The New Prohibitionists
The taxpayer-funded Obamacare temperance league.
Jul 8, 2013, Vol. 18, No. 41 • By MARK HEMINGWAY
When Prohibition ended in 1933, Pennsylvania governor Gifford Pinchot promised to make purchasing alcohol “as inconvenient and expensive as possible.” To this day, Pennsylvania has some of the most stringent—and absurd—liquor laws in the country. Beer and wine can’t be sold in grocery stores, and you can only purchase six-packs of beer at delis or under the counter at bars and taverns, and no more than two six-packs can be purchased at a time. If you want to buy either wine or liquor outside of a bar or restaurant you have to get it through a state-owned “wine and spirits” store. Nowhere in the state is it possible to purchase beer, wine, and liquor from the same establishment.
Many frustrated Pennsylvanians were thus relieved last year when Governor Tom Corbett and the commonwealth’s House majority leader Mike Turzai unveiled a plan to privatize liquor sales in the state. They hope to issue some 1,600 new liquor licenses, most of which would go to existing privately owned beer distributors, finally making it possible to do some one-stop shopping for adult beverages.
But as the state’s liquor privatization plan continued to wend its way through the legislature, a powerful and well-funded opponent emerged earlier this year—the federal Centers for Disease Control. The fact that federal tax dollars are being used to lobby for state regulations is problematic to begin with. Even more troubling is that the CDC’s public health warnings about privatizing liquor sales are knowingly based on junk science. The agency is also underwriting the forces of neo-prohibitionism by doling out grants from a $12.5 billion slush fund created by the Affordable Care Act, aka Obamacare.
In April, the Philadelphia Inquirer published a story with the headline, “If Pennsylvania privatizes alcohol, will drinking increase?” The article reported on “strong evidence” from the CDC’s Community Preventive Services Task Force—described as “an independent group appointed by the federal Centers for Disease Control and Prevention”—that privatization of liquor sales would cause consumption to skyrocket.
“In a review of 17 studies on the subject, the task force found that limiting government’s role in sales of beer, wine, and spirits was associated with a median increase of 44.4 percent in per-capita sales for the alcoholic beverage that had been privatized without a corresponding decrease in consumption for other types of booze,” reported the Inquirer.
If it seems unbelievable that eliminating a state liquor monopoly will cause a 44 percent increase in liquor sales, that’s because it is. The next week, Raymond Scalettar, a clinical professor of medicine at the George Washington University Medical Center and a former chairman of the American Medical Association, wrote in the Inquirer that the CDC task force was grossly misleading.

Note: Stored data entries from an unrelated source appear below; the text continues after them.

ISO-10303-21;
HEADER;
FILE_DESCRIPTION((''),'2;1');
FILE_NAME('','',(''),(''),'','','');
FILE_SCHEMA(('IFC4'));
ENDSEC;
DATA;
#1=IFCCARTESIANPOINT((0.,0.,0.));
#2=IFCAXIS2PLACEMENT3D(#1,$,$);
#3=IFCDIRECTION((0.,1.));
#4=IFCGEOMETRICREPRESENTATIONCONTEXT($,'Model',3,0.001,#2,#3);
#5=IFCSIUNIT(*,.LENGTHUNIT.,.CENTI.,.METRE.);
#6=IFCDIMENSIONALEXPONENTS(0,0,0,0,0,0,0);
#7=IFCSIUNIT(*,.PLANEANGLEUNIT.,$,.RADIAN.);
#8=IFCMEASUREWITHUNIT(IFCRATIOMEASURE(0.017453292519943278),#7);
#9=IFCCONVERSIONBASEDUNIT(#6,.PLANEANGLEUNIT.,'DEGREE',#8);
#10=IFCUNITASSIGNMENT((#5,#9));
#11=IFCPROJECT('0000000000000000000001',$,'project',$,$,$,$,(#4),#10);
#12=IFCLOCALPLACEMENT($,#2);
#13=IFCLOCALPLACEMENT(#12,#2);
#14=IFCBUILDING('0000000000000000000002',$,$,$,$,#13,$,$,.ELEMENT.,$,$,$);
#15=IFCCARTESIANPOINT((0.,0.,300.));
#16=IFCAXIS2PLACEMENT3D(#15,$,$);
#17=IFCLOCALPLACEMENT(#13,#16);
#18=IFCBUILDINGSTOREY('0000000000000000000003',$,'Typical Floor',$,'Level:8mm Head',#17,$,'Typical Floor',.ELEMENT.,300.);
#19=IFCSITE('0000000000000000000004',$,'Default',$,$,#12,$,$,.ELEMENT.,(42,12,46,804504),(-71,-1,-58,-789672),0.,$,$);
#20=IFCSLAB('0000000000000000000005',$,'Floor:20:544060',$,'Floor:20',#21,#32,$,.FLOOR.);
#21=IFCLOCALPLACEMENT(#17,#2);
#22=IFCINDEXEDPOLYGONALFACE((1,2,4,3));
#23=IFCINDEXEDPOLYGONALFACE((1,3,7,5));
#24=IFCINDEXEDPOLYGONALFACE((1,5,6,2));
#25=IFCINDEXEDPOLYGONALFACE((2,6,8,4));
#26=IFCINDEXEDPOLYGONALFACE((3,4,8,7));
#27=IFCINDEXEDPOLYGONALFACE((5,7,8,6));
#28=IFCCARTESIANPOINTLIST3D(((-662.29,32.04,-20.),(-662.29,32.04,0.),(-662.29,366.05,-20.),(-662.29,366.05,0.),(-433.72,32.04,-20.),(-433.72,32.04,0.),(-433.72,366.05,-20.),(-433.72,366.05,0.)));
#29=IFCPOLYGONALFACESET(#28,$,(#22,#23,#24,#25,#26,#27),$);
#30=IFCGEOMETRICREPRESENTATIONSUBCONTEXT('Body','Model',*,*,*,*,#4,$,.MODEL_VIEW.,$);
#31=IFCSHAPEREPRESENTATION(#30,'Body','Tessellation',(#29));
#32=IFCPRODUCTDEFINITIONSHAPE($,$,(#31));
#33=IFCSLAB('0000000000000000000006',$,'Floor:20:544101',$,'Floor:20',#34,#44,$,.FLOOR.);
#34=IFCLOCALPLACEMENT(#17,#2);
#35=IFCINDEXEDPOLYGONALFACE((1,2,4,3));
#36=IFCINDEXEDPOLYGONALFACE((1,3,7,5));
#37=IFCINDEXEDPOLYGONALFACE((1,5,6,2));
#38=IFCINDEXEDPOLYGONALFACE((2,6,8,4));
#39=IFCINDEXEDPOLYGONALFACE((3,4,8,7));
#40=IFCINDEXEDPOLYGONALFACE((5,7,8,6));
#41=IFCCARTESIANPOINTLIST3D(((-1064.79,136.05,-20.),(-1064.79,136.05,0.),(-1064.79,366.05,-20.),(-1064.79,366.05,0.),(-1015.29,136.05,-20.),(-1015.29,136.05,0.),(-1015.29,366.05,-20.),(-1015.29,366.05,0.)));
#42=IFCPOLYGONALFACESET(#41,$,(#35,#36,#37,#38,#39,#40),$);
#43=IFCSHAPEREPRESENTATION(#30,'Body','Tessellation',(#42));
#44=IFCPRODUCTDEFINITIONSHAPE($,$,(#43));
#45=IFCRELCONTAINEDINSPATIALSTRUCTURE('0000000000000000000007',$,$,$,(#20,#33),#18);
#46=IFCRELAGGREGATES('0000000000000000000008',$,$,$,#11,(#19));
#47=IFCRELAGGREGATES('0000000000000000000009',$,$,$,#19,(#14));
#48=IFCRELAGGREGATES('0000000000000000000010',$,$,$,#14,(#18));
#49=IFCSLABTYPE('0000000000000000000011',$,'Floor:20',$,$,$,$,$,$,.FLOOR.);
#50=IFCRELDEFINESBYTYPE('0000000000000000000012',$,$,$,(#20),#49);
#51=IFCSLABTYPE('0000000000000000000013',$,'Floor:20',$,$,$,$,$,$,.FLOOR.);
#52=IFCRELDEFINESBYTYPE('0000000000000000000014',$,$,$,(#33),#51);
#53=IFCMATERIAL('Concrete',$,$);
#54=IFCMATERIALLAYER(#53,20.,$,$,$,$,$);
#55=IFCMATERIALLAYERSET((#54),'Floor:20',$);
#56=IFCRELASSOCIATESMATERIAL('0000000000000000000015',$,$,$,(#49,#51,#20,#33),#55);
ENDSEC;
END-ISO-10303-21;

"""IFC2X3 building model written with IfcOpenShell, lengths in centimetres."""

from ifc_helpers import new_model, entity, si_unit, converted_unit, direction, frame, frame_2d, origin, origin_2d_with_axis, place, context, subcontext, project, spatial, rectangle, extrude, material, layer, layer_set, layer_usage, type_object, element, save


model = new_model("IFC2X3")

# Units and contexts
model_context = context("Model", 3, precision=0.001, world=origin(), true_north=direction((0.0, 1.0)))
body_context = subcontext(model_context, "Body", "Model", "MODEL_VIEW")
ifc_project = project(units=[si_unit("LENGTHUNIT", "METRE", prefix="CENTI"), converted_unit("PLANEANGLEUNIT", "DEGREE", entity("IfcRatioMeasure", 0.017453292519943278), si_unit("PLANEANGLEUNIT", "RADIAN"), dimensions=[0, 0, 0, 0, 0, 0, 0])], contexts=[model_context])

# Site, building, storey
site_placement = place(None, origin())
site = spatial("IfcSite", under=ifc_project, at=site_placement, Name="Default", CompositionType="ELEMENT", RefLatitude=(42, 12, 46, 804504), RefLongitude=(-71, -1, -58, -789672), RefElevation=0.0)
building_placement = place(site_placement, origin())
building = spatial("IfcBuilding", under=site, at=building_placement, CompositionType="ELEMENT")
storey_placement = place(building_placement, frame((0.0, 0.0, 300.0)))
storey = spatial("IfcBuildingStorey", under=building, at=storey_placement, Name="Typical Floor", ObjectType="Level:8mm Head", LongName="Typical Floor", CompositionType="ELEMENT", Elevation=300.0)

# Shared definitions
ifc_material = material(Name="Concrete")

# Slabs
ifc_layer = layer(ifc_material, 20.0)
ifc_layer_set = layer_set([ifc_layer], Name="Floor:20")
ifc_layer_usage_1 = layer_usage(ifc_layer_set, "AXIS3", "POSITIVE", 0.0)
slab_type_1 = type_object("IfcSlabType", Name="Floor:20", PredefinedType="FLOOR", material=ifc_layer_set)
slab_1_placement = place(storey_placement, origin())
element("IfcSlab", 1, at=slab_1_placement, inside=storey, type_object=slab_type_1, material=ifc_layer_usage_1, Name="Floor:20:544060", ObjectType="Floor:20", PredefinedType="FLOOR", context=body_context, shape_type="SweptSolid", body=[
    extrude(rectangle(XDim=334.0, YDim=228.56, at=origin_2d_with_axis()), frame((-548.01, 199.05, 0.0), z_axis=(0.0, 0.0, -1.0), x_axis=(0.0, 1.0, 0.0)), (0.0, 0.0, 1.0), 20.0),
])
ifc_layer_usage_2 = layer_usage(ifc_layer_set, "AXIS3", "POSITIVE", 0.0)
slab_type_2 = type_object("IfcSlabType", Name="Floor:20", PredefinedType="FLOOR", material=ifc_layer_set)
slab_2_placement = place(storey_placement, origin())
element("IfcSlab", 2, at=slab_2_placement, inside=storey, type_object=slab_type_2, material=ifc_layer_usage_2, Name="Floor:20:544101", ObjectType="Floor:20", PredefinedType="FLOOR", context=body_context, shape_type="SweptSolid", body=[
    extrude(rectangle(XDim=230.0, YDim=49.5, at=frame_2d((0.0, 0.0), x_axis=(1.0, 0.0))), frame((-1040.04, 251.05, 0.0), z_axis=(0.0, 0.0, -1.0), x_axis=(0.0, 1.0, 0.0)), (0.0, 0.0, 1.0), 20.0),
])

save(model, "model.ifc")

“Of the 17 studies analyzed, six showed no increase in consumption, and four showed only moderate increases. This fact alone would give most researchers pause with regard to any kind of sweeping conclusion,” Scalettar wrote. He further pointed out that figures were skewed by a cultural change that occurred in the 1970s—Americans started enthusiastically growing grapes and drinking wine as never before. Between 1970 and 1980, a decade in which six states also privatized wine sales, per capita wine consumption increased by 66 percent. This historical correlation skews the CDC task force’s results more than enough to make their figures appear alarming but tells us very little about what effect Pennsylvania’s current plans will have on liquor consumption, let alone corresponding public health threats.
The CDC’s Community Preventive Services Task Force does not actually have any hard evidence that liberalizing liquor laws is harmful—and until very recently, it admitted as much. This is the task force’s third pronouncement on the matter in less than a decade. In its 2006-07 review of alcohol policy, it concluded that “there is insufficient evidence to determine the effects of privatization on excessive alcohol consumption and related harms.” In February 2011, the task force noted it had reviewed three studies on privatization of alcohol sales. Two of those studies “yielded mixed, statistically non-significant results.” The report also noted that there were some “statistically non-significant decreases” in alcohol-related hospitalizations in Sweden following the state reassuming control of alcohol sales.